We've been able to have a slight reduction in our cost of funds, you know, definitely, yes, you know, which is close to about 30, 30 odd basis points, you know, and definitely I think, you know, this is gonna be a feature which is probably gonna be with us in the future. On our achieving a guidance on 25% plus, you know, we are very, very positive, and we are very sure that we'll be able to achieve a 25% guidance. Of all the factors mentioned above, in my own speech, you know, where I said, you know, if you look at the macro condition, they are very conducive.

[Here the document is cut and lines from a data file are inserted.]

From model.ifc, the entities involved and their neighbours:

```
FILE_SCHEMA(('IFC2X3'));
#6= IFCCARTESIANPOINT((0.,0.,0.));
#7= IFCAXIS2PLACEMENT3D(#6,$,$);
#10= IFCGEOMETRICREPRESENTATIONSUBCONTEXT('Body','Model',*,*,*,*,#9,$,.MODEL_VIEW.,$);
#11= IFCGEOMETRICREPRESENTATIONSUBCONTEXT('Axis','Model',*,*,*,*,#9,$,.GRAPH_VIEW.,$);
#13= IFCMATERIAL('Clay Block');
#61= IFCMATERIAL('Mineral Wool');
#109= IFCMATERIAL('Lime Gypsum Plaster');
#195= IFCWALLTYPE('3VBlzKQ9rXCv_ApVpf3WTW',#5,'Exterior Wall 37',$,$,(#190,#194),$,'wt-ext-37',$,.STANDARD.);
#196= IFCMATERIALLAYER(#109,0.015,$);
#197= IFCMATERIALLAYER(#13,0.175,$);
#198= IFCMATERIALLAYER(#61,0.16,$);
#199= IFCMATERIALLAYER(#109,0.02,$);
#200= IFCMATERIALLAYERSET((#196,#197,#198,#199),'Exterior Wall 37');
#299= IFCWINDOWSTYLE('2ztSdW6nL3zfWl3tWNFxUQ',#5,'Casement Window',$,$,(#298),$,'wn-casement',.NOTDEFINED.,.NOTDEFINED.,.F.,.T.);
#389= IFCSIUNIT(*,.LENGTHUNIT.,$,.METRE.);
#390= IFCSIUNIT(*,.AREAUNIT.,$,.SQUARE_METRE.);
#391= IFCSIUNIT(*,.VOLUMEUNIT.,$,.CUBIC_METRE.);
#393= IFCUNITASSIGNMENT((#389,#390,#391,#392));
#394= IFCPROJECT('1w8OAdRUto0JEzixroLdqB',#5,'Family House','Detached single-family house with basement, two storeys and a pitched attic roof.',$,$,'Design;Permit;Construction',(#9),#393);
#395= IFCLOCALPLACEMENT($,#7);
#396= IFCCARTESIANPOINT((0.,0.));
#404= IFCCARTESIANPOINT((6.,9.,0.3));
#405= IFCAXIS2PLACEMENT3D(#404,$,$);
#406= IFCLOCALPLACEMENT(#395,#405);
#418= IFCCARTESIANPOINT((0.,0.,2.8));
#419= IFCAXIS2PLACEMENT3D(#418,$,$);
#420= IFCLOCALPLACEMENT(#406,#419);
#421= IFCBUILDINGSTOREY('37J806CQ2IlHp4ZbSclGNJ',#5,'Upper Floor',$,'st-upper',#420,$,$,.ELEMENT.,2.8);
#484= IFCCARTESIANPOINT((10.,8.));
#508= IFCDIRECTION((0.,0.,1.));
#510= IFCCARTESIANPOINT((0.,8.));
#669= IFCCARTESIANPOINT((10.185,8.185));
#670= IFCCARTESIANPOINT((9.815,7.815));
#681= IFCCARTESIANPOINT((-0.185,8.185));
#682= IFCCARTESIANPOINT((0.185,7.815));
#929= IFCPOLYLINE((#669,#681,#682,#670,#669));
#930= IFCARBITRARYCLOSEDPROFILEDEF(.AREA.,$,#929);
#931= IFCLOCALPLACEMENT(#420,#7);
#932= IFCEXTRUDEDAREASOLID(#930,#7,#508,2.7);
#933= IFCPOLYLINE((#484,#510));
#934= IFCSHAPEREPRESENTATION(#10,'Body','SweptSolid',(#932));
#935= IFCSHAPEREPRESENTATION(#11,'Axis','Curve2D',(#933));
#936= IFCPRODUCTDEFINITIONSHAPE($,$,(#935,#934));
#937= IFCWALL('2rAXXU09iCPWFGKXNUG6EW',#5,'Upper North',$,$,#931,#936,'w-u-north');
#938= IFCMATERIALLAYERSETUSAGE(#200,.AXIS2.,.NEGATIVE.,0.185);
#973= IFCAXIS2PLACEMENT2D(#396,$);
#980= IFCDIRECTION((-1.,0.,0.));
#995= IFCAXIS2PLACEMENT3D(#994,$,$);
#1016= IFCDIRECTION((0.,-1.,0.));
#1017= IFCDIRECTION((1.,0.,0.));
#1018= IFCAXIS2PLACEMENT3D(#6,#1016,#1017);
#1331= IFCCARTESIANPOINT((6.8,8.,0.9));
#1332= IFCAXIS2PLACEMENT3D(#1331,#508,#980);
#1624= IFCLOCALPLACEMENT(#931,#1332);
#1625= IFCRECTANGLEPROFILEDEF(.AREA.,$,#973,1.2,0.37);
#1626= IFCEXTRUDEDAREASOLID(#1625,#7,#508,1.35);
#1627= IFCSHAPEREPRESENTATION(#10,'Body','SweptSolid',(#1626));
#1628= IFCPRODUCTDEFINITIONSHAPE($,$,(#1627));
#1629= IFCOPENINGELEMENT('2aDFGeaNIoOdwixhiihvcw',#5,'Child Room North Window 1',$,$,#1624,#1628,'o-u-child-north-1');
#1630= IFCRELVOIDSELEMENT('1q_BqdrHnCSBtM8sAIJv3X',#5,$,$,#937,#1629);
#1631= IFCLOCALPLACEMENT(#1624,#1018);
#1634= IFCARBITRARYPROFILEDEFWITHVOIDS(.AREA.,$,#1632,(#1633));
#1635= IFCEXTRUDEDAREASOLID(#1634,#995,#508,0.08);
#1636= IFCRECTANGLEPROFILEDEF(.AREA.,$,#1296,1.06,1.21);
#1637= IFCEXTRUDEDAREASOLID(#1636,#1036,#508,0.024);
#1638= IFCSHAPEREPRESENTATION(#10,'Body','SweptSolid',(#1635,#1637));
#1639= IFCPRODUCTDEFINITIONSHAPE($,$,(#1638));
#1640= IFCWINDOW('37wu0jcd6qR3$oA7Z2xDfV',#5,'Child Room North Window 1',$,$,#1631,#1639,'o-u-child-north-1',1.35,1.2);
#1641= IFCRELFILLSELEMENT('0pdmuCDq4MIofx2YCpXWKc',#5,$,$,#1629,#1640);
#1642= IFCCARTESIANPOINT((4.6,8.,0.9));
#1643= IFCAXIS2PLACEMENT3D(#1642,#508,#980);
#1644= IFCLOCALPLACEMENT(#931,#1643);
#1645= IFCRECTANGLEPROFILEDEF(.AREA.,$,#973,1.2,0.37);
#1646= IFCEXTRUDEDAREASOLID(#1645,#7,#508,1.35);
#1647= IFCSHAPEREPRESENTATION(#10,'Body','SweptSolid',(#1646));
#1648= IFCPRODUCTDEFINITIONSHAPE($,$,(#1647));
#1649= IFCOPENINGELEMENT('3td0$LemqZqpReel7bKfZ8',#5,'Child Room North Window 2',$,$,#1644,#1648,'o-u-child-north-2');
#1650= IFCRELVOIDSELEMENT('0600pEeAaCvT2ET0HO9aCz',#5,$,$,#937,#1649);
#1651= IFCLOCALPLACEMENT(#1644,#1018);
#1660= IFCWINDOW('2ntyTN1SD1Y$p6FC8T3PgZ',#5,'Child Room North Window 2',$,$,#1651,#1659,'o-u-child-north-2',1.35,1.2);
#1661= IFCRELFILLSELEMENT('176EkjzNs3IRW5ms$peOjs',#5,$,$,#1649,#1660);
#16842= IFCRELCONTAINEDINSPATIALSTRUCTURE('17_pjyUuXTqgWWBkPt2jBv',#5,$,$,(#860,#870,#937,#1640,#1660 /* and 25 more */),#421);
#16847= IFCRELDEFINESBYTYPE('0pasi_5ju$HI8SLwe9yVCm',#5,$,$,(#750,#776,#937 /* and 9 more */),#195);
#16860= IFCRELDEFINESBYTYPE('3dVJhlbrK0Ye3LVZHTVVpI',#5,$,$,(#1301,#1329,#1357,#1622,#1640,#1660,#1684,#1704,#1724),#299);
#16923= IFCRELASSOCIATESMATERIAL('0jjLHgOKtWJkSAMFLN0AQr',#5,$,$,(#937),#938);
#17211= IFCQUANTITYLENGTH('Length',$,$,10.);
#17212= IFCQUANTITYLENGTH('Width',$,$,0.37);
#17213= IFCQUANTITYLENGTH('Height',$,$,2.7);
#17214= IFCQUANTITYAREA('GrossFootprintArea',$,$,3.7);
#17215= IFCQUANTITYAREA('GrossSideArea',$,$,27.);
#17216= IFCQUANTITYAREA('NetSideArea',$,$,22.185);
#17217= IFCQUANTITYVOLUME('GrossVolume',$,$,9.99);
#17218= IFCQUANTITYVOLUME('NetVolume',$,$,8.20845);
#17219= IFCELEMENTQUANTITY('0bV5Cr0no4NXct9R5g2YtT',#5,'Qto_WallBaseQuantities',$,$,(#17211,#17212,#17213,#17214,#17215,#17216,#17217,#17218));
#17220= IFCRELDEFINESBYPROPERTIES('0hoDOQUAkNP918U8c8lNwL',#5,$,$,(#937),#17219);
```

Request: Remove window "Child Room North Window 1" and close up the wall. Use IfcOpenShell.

```python
import ifcopenshell
import ifcopenshell.api.feature
import ifcopenshell.api.pset
import ifcopenshell.api.root
import ifcopenshell.geom
import ifcopenshell.util.element
import ifcopenshell.util.shape
import ifcopenshell.util.unit

model = ifcopenshell.open("model.ifc")
area_scale = ifcopenshell.util.unit.calculate_unit_scale(model, "AREAUNIT")
volume_scale = ifcopenshell.util.unit.calculate_unit_scale(model, "VOLUMEUNIT")
settings = ifcopenshell.geom.settings()


def volume(element):
    """Net volume in cubic metres, openings subtracted."""
    shape = ifcopenshell.geom.create_shape(settings, element)
    return ifcopenshell.util.shape.get_volume(shape.geometry)


window = model.by_id(1640)
opening = window.FillsVoids[0].RelatingOpeningElement
wall = opening.VoidsElements[0].RelatingBuildingElement
before = volume(wall)

ifcopenshell.api.root.remove_product(model, product=window)
ifcopenshell.api.feature.remove_feature(model, feature=opening)

after = volume(wall)
thickness = 0.37  # wall thickness in metres

# Update the wall's stored quantities.
qto = model.by_id(ifcopenshell.util.element.get_pset(wall, "Qto_WallBaseQuantities", should_inherit=False)["id"])
ifcopenshell.api.pset.edit_qto(model, qto=qto, properties={
    "NetSideArea": after / thickness / area_scale,
    "NetVolume": after / volume_scale,
})

print(f"wall volume {before:.3f} -> {after:.3f} m3")

model.write("model_v2.ifc")
```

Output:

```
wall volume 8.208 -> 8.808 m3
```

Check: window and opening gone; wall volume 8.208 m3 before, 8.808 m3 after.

If you look at the range of the branches which you have in territories where there is lesser penetration, I think, you know, that is an advantage which we hold very well. For us, foraying into two new states, then I think, you know, we've done wonderfully well by keeping our operating efficiencies better, as well as reducing our exposure not beyond 1% in majority of about 97% of our districts, whichever is there. So I think, you know, a culmination of all that, you know, put together will probably give us that advantage. That 25%+, for us, is not even a slightest of challenge, you know, moving forward ahead. On the third, in terms of the market cap, you know, I think probably I'm not the best person to give you an answer on that.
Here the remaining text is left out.